In this study, we found that TAU treatment reduced MDA and PC levels and increased brain GSH levels without affecting changes in antioxidant enzyme activities in GAL-treated rats. Several mechanisms may play a role in TAU-mediated reduction in oxidative stress. TAU was reported to protect cells by scavenging oxygen free radicals, binding free metal ions such as Fe2+ by its sulfonic acid group. Since cysteine is a precursor of TAU and GSH, TAU supplementation may cause enhancement in GSH levels by directing cysteine into the GSH synthesis pathway. Therefore, increments in GSH levels after TAU treatment may play an additional role in decreasing oxidative stress.

On the other hand, chronic administration of GAL showed marked increase of the activity of AChE enzyme, one of the specific cholinergic markers (Haider et al. 2015; Ruan et al. 2014). Increases in AChE activity caused by GAL treatment may lead to a reduction of cholinergic neurotransmission due to a decrease in acetylcholine levels in synaptic cleft (Zhang et al. 2011; Ruan et al. 2014). Thus, modulation of cholinergic neurotransmission may be one of the mechanisms involved in the impairment of cognitive functions of GAL-treated rodents (Zhang et al. 2011). In our study, CAR and TAU treatments were observed to decrease high AChE activity in brain of GAL-treated rats. Decrease in AchE activity may improve cholinergic neurotransmission by restorating acetylcholine levels in synaptic cleft. Although there is no study investigating the effect of CAR treatment on AChE activity in the literature, some authors have also reported that TAU treatment resulted in decreases in AChE activity and an improvement in learning and memory in acute ethanol toxicity (Rosemberg et al. 2010).

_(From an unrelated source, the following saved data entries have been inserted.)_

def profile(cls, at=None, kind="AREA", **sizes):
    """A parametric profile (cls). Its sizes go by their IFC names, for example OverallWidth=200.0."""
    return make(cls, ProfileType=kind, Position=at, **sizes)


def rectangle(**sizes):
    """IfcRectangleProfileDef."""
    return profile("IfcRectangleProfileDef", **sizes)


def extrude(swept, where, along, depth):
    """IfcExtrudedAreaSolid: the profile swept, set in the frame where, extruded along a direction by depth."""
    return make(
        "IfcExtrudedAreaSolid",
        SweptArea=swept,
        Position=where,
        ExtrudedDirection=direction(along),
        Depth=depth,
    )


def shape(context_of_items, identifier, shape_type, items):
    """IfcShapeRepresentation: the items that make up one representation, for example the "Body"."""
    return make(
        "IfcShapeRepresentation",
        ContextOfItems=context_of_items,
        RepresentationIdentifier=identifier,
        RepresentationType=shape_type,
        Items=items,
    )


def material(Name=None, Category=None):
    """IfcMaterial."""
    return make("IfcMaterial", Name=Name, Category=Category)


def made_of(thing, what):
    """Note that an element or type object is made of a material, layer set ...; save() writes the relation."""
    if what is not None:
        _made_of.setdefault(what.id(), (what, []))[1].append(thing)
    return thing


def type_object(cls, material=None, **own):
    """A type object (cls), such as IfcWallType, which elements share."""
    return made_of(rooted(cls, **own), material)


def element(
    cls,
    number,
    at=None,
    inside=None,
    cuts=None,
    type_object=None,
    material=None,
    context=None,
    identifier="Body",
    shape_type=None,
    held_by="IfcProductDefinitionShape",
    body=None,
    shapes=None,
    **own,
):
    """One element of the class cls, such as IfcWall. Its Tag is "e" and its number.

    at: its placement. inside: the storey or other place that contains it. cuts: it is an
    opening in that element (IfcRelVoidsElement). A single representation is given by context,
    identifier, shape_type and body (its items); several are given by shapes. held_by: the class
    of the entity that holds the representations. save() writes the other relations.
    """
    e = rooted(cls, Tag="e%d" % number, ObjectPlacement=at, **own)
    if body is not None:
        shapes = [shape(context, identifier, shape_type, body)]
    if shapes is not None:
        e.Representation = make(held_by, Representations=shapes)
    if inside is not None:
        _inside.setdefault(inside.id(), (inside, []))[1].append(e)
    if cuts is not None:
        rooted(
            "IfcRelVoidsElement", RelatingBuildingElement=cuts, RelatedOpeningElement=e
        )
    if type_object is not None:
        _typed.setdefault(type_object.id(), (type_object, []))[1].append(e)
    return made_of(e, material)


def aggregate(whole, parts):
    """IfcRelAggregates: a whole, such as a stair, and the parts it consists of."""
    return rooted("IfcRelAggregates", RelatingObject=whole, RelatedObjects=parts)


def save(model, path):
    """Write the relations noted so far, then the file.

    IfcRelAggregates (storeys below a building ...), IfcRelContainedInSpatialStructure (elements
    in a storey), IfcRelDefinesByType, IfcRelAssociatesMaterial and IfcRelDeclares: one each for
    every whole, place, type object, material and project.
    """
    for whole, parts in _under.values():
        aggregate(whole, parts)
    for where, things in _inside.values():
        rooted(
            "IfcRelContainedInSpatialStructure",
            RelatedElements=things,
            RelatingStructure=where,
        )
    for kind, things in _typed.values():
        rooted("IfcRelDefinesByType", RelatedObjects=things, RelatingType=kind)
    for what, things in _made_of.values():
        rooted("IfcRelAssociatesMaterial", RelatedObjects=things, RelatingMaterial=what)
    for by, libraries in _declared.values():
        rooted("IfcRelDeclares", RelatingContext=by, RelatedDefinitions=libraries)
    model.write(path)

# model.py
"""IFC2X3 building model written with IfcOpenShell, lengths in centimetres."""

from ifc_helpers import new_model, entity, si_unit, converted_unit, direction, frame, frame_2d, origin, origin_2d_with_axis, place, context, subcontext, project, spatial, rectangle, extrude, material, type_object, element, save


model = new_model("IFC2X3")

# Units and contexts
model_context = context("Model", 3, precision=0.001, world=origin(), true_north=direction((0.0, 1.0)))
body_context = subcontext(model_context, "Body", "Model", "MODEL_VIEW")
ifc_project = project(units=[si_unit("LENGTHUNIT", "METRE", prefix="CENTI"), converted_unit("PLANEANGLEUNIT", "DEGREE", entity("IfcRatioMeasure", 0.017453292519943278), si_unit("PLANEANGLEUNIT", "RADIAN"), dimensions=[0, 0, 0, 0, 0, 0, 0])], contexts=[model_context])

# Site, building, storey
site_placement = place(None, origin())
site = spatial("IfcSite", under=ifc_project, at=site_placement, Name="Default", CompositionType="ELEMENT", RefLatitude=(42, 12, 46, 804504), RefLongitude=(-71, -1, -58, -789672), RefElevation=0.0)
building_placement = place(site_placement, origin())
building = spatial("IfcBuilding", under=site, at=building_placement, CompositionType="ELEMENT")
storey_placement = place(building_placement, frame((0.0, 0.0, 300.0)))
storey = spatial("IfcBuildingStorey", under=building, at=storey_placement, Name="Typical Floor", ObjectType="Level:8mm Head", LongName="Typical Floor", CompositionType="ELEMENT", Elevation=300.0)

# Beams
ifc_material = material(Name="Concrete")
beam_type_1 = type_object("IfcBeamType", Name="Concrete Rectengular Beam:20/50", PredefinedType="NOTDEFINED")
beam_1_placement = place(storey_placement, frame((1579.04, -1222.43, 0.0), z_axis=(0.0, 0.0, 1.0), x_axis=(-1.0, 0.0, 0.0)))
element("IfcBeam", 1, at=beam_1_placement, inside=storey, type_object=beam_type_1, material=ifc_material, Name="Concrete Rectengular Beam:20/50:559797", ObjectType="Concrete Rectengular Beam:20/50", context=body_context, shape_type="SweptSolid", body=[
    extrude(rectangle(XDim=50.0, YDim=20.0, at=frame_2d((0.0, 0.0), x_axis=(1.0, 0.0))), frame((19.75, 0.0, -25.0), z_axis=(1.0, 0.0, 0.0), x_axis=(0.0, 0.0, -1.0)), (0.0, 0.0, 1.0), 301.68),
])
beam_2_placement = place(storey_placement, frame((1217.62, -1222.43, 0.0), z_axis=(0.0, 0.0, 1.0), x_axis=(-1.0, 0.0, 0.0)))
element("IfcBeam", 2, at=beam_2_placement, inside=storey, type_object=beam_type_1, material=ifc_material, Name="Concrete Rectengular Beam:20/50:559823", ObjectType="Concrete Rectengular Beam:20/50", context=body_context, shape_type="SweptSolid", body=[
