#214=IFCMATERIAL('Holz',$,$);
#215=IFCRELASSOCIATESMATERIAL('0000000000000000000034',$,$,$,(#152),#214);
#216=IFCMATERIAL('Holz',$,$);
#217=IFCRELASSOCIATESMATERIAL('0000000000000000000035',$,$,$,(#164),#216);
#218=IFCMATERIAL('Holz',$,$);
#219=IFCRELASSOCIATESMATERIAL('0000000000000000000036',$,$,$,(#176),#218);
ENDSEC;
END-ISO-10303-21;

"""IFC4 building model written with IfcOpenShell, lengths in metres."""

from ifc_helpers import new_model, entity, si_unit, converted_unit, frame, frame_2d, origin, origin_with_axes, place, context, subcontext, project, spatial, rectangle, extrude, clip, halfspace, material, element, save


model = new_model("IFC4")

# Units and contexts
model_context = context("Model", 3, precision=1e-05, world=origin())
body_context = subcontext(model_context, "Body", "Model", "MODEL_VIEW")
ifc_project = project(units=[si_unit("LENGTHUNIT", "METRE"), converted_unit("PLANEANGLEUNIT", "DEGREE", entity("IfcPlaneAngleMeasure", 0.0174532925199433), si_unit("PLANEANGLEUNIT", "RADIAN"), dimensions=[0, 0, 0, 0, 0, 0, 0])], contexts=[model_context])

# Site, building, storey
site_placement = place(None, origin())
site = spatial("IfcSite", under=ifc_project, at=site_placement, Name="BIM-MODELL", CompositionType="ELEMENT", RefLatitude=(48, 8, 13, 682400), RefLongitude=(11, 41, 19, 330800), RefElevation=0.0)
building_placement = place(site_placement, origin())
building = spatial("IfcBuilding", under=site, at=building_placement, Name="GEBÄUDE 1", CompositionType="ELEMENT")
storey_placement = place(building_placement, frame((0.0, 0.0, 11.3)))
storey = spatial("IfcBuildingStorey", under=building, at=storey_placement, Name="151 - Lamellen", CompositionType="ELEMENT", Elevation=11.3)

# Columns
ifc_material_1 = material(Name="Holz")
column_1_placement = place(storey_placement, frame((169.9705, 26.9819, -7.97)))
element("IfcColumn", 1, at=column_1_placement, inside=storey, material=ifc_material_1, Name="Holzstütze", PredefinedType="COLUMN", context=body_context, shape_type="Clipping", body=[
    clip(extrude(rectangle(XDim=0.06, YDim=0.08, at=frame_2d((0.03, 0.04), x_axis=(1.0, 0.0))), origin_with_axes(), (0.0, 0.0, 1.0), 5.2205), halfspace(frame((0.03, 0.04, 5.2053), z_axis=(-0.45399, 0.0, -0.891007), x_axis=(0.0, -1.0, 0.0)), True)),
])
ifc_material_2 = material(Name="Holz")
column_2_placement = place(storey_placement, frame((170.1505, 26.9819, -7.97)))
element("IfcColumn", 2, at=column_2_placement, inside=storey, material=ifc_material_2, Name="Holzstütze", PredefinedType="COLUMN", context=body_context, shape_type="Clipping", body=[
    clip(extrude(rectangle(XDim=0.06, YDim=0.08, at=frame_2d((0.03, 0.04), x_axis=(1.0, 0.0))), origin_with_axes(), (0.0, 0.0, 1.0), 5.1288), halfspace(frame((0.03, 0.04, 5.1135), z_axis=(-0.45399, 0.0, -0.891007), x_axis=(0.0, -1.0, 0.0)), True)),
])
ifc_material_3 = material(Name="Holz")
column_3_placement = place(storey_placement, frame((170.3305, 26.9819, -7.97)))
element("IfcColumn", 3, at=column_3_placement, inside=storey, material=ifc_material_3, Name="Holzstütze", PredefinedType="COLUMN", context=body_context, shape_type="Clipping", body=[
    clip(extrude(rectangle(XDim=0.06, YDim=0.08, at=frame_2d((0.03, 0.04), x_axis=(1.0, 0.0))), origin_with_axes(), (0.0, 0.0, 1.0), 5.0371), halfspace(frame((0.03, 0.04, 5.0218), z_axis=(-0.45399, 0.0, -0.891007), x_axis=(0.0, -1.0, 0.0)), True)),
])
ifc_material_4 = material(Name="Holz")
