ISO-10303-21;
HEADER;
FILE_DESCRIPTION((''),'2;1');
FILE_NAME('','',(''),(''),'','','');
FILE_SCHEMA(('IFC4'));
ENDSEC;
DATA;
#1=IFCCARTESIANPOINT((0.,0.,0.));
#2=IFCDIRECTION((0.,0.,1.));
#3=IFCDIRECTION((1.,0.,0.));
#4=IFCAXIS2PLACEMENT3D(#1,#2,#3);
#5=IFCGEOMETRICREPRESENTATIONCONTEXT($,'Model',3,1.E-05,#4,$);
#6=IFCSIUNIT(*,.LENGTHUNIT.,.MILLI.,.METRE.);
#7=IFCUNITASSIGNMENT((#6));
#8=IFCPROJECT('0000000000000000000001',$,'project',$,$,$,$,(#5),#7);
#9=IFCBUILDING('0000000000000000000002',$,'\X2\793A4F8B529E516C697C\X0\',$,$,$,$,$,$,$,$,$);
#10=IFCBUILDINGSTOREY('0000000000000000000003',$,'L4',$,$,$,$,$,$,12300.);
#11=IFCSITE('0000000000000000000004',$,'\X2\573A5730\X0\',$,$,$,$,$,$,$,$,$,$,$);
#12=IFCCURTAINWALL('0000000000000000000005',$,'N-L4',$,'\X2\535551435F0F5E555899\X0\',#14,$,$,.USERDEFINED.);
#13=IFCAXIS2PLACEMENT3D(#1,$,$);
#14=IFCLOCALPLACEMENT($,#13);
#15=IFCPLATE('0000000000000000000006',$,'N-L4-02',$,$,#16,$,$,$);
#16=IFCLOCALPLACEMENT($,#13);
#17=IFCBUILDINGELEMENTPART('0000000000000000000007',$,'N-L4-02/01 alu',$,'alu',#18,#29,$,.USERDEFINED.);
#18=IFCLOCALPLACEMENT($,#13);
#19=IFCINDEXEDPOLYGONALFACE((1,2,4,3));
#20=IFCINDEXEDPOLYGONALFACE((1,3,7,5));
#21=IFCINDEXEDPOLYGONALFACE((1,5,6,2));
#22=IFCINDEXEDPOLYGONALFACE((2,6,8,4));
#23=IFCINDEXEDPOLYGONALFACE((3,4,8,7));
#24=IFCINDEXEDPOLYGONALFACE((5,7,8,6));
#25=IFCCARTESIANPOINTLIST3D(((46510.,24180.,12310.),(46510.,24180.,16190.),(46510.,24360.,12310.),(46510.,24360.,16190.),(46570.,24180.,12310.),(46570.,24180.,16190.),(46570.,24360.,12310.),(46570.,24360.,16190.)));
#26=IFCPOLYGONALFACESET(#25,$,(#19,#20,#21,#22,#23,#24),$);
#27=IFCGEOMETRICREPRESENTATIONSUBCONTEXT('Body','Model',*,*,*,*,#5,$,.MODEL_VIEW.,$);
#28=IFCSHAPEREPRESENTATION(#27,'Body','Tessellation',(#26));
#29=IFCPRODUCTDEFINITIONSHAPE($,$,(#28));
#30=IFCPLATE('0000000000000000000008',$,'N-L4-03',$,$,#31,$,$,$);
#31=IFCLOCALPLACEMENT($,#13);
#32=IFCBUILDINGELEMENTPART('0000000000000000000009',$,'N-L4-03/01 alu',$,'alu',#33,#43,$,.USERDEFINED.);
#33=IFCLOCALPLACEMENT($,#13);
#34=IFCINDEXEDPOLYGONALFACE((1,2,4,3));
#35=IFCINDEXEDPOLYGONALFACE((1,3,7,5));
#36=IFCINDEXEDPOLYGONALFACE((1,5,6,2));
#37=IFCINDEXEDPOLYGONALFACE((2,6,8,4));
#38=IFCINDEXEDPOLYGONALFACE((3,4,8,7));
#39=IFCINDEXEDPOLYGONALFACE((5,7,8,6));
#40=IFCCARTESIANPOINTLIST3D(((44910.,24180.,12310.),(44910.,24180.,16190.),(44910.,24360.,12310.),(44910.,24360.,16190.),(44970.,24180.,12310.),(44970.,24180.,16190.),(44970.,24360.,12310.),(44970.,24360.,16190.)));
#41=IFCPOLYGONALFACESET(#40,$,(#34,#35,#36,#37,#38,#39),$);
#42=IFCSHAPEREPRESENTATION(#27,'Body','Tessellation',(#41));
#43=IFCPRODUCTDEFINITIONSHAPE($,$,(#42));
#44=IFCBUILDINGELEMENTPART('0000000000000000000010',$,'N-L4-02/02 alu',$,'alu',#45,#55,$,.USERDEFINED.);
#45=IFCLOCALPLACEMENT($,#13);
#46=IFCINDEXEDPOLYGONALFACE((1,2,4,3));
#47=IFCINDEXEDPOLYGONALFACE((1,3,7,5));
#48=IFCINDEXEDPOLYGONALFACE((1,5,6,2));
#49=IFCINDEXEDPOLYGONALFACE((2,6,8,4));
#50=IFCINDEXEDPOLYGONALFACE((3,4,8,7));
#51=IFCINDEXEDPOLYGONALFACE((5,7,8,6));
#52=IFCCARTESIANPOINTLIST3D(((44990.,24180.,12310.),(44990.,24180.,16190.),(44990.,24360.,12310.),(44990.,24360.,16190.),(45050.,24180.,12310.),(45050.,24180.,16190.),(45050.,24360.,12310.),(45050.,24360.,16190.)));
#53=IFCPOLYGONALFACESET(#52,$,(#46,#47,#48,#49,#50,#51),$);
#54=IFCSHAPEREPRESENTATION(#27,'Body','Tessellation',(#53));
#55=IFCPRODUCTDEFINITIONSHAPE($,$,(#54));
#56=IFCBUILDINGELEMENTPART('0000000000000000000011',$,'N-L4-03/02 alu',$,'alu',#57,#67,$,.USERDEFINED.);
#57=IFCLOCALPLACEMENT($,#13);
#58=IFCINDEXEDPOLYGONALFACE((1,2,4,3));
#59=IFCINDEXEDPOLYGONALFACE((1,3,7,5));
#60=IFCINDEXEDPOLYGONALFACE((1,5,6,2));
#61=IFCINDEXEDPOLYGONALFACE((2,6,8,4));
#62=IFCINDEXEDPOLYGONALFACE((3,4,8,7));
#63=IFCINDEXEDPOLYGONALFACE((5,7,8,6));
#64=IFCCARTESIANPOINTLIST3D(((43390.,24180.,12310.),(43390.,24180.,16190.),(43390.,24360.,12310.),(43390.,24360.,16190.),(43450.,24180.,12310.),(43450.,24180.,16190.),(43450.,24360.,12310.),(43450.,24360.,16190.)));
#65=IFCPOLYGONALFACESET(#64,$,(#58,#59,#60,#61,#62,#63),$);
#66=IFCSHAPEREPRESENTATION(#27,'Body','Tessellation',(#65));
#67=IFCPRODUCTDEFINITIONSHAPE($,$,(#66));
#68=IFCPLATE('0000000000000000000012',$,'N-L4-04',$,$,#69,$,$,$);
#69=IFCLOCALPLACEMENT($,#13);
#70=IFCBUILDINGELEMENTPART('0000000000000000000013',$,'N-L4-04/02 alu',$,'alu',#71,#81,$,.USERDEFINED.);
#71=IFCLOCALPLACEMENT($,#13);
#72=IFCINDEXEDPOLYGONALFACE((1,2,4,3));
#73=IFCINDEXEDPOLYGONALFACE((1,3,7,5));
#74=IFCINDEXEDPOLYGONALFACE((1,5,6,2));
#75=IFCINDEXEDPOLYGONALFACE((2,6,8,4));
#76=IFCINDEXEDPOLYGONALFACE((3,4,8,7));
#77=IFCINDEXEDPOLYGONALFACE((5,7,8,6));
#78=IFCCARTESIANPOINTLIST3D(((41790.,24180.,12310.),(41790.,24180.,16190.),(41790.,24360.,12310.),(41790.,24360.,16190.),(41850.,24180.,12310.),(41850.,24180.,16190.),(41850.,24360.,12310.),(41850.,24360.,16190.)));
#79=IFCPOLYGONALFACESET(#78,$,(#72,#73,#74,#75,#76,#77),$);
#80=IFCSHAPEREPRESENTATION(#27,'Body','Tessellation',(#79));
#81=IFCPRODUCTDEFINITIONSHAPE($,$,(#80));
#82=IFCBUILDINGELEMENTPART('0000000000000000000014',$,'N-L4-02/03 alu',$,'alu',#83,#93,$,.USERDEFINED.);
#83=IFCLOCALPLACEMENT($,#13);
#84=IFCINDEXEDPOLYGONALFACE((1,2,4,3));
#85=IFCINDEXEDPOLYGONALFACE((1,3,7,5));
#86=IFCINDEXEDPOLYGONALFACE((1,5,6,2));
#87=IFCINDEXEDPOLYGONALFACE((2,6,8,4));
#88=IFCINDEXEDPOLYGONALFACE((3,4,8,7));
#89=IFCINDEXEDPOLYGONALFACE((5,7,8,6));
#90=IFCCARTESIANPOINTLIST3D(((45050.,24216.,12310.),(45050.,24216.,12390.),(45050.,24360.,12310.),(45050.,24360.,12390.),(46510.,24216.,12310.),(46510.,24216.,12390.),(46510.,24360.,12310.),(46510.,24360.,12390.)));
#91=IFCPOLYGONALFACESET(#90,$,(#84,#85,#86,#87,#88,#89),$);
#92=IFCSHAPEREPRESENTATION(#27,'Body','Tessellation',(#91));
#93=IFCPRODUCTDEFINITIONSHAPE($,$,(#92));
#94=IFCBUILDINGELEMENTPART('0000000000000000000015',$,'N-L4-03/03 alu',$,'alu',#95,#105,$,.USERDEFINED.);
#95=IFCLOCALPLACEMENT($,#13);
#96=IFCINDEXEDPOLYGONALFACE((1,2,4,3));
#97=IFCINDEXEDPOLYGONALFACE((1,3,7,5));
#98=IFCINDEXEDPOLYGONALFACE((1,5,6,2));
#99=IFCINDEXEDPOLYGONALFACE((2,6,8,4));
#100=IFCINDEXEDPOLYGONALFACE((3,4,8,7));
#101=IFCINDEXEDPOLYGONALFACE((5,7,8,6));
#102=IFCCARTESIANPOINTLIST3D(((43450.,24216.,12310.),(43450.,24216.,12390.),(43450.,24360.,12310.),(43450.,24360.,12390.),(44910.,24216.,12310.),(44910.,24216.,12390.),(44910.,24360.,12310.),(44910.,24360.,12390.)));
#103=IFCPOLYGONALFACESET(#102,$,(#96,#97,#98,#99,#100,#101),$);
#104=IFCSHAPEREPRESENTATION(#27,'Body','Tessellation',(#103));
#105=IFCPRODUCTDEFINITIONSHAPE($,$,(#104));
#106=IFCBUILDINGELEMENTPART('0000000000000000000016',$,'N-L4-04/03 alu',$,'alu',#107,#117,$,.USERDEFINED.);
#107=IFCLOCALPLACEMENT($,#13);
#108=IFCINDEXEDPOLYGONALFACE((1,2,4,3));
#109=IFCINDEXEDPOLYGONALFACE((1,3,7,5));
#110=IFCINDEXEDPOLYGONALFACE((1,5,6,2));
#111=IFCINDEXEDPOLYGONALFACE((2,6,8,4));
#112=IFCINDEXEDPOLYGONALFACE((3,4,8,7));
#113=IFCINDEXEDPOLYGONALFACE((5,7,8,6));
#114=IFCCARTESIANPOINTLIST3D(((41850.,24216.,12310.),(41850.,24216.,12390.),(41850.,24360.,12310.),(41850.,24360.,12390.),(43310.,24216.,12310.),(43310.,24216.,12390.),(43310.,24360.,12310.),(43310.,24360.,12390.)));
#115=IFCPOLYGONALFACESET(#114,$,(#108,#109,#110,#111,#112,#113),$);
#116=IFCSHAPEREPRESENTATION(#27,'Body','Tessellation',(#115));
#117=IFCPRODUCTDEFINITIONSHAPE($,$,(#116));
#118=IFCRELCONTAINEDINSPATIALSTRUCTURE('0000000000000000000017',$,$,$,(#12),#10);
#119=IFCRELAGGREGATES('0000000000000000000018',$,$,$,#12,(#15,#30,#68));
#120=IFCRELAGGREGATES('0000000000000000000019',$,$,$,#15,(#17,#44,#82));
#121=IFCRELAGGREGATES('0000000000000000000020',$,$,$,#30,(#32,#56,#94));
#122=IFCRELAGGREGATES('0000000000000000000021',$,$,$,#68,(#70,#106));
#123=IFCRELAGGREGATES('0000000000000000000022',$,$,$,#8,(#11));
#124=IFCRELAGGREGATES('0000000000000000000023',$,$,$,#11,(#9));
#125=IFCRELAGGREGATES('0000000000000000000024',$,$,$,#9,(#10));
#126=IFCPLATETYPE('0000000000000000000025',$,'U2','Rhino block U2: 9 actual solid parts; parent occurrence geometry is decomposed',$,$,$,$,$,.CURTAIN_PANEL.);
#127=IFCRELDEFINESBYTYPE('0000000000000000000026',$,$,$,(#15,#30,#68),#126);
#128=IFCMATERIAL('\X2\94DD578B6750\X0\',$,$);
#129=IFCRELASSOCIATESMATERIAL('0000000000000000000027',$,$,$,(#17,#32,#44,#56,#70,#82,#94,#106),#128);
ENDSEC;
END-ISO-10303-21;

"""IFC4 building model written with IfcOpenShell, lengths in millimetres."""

from ifc_helpers import new_model, si_unit, frame, frame_2d, origin, origin_with_axes, place, context, subcontext, project, spatial, rectangle, extrude, source, transform, mapped, material, type_object, element, aggregate, save


model = new_model("IFC4")

# Units and contexts
model_context = context("Model", 3, precision=1e-05, world=origin_with_axes())
body_context = subcontext(model_context, "Body", "Model", "MODEL_VIEW")
ifc_project = project(units=[si_unit("LENGTHUNIT", "METRE", prefix="MILLI")], contexts=[model_context])

# Site, building, storey
site = spatial("IfcSite", under=ifc_project, Name="场地")
building = spatial("IfcBuilding", under=site, Name="示例办公楼")
storey = spatial("IfcBuildingStorey", under=building, Name="L4", Elevation=12300.0)

# Curtain wall, plates, building element parts
curtain_wall = element("IfcCurtainWall", 1, inside=storey, Name="N-L4", ObjectType="单元式幕墙", PredefinedType="USERDEFINED")
plate_type = type_object("IfcPlateType", Name="U2", Description="Rhino block U2: 9 actual solid parts; parent occurrence geometry is decomposed", PredefinedType="CURTAIN_PANEL")
plate_1_placement = place(None, frame((46570.0, 24360.0, 12310.0), z_axis=(0.0, 0.0, 1.0), x_axis=(-1.0, 0.0, 0.0)))
plate_1 = element("IfcPlate", 2, at=plate_1_placement, type_object=plate_type, Name="N-L4-02")
ifc_material_1 = material(Name="铝型材")
shared_shape_1 = source(origin(), body_context, "Body", "SweptSolid", [
    extrude(rectangle(XDim=60.0, YDim=180.0, at=frame_2d((30.0, 90.0))), origin(), (0.0, 0.0, 1.0), 3880.0),
])
building_element_part_1_placement = place(plate_1_placement, origin())
building_element_part_1 = element("IfcBuildingElementPart", 3, at=building_element_part_1_placement, material=ifc_material_1, Name="N-L4-02/01 alu", ObjectType="alu", PredefinedType="USERDEFINED", context=body_context, shape_type="MappedRepresentation", body=[
    mapped(shared_shape_1, transform((0.0, 0.0, 0.0))),
])
plate_2_placement = place(None, frame((44970.0, 24360.0, 12310.0), z_axis=(0.0, 0.0, 1.0), x_axis=(-1.0, 0.0, 0.0)))
plate_2 = element("IfcPlate", 4, at=plate_2_placement, type_object=plate_type, Name="N-L4-03")
building_element_part_2_placement = place(plate_2_placement, origin())
building_element_part_2 = element("IfcBuildingElementPart", 5, at=building_element_part_2_placement, material=ifc_material_1, Name="N-L4-03/01 alu", ObjectType="alu", PredefinedType="USERDEFINED", context=body_context, shape_type="MappedRepresentation", body=[
    mapped(shared_shape_1, transform((0.0, 0.0, 0.0))),
])
shared_shape_2 = source(origin(), body_context, "Body", "SweptSolid", [
    extrude(rectangle(XDim=60.0, YDim=180.0, at=frame_2d((1550.0, 90.0))), origin(), (0.0, 0.0, 1.0), 3880.0),
])
building_element_part_3_placement = place(plate_1_placement, origin())
building_element_part_3 = element("IfcBuildingElementPart", 6, at=building_element_part_3_placement, material=ifc_material_1, Name="N-L4-02/02 alu", ObjectType="alu", PredefinedType="USERDEFINED", context=body_context, shape_type="MappedRepresentation", body=[
    mapped(shared_shape_2, transform((0.0, 0.0, 0.0))),
])
building_element_part_4_placement = place(plate_2_placement, origin())
building_element_part_4 = element("IfcBuildingElementPart", 7, at=building_element_part_4_placement, material=ifc_material_1, Name="N-L4-03/02 alu", ObjectType="alu", PredefinedType="USERDEFINED", context=body_context, shape_type="MappedRepresentation", body=[
    mapped(shared_shape_2, transform((0.0, 0.0, 0.0))),
])
plate_3_placement = place(None, frame((43370.0, 24360.0, 12310.0), z_axis=(0.0, 0.0, 1.0), x_axis=(-1.0, 0.0, 0.0)))
plate_3 = element("IfcPlate", 8, at=plate_3_placement, type_object=plate_type, Name="N-L4-04")
aggregate(curtain_wall, [plate_1, plate_2, plate_3])
building_element_part_5_placement = place(plate_3_placement, origin())
building_element_part_5 = element("IfcBuildingElementPart", 9, at=building_element_part_5_placement, material=ifc_material_1, Name="N-L4-04/02 alu", ObjectType="alu", PredefinedType="USERDEFINED", context=body_context, shape_type="MappedRepresentation", body=[
    mapped(shared_shape_2, transform((0.0, 0.0, 0.0))),
])
shared_shape_3 = source(origin(), body_context, "Body", "SweptSolid", [
    extrude(rectangle(XDim=1460.0, YDim=144.0, at=frame_2d((790.0, 72.0))), origin(), (0.0, 0.0, 1.0), 80.0),
])
building_element_part_6_placement = place(plate_1_placement, origin())
building_element_part_6 = element("IfcBuildingElementPart", 10, at=building_element_part_6_placement, material=ifc_material_1, Name="N-L4-02/03 alu", ObjectType="alu", PredefinedType="USERDEFINED", context=body_context, shape_type="MappedRepresentation", body=[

Mitochondrial apoptotic pathway plays an important role in brain aging in GAL-treated rodents (Tsai and Yin 2012; Wu et al. 2014; Prakash and Kumar 2013; Lan et al. 2012). In our study, increased proapoptotic Bax and decreased antiapoptotic Bcl-2 protein expressions together with increased caspase-3 protein expressions were detected in GAL-treated rats by immunohistochemical procedures. CAR and TAU treatments, on the other hand, decreased caspase-3 and Bax expressions and increased Bcl-2 expressions in GAL-treated rats. These results indicate that CAR and TAU treatments exert antiapoptotic effect in the brain of GAL-treated rats. CAR and TAU also ameliorated GAL-induced histopathological changes in the brain.

Our results indicate that CAR and TAU may be effective to prevent the development of oxidative stress, apoptosis and histopathological deterioration in the brain of GAL-treated rats.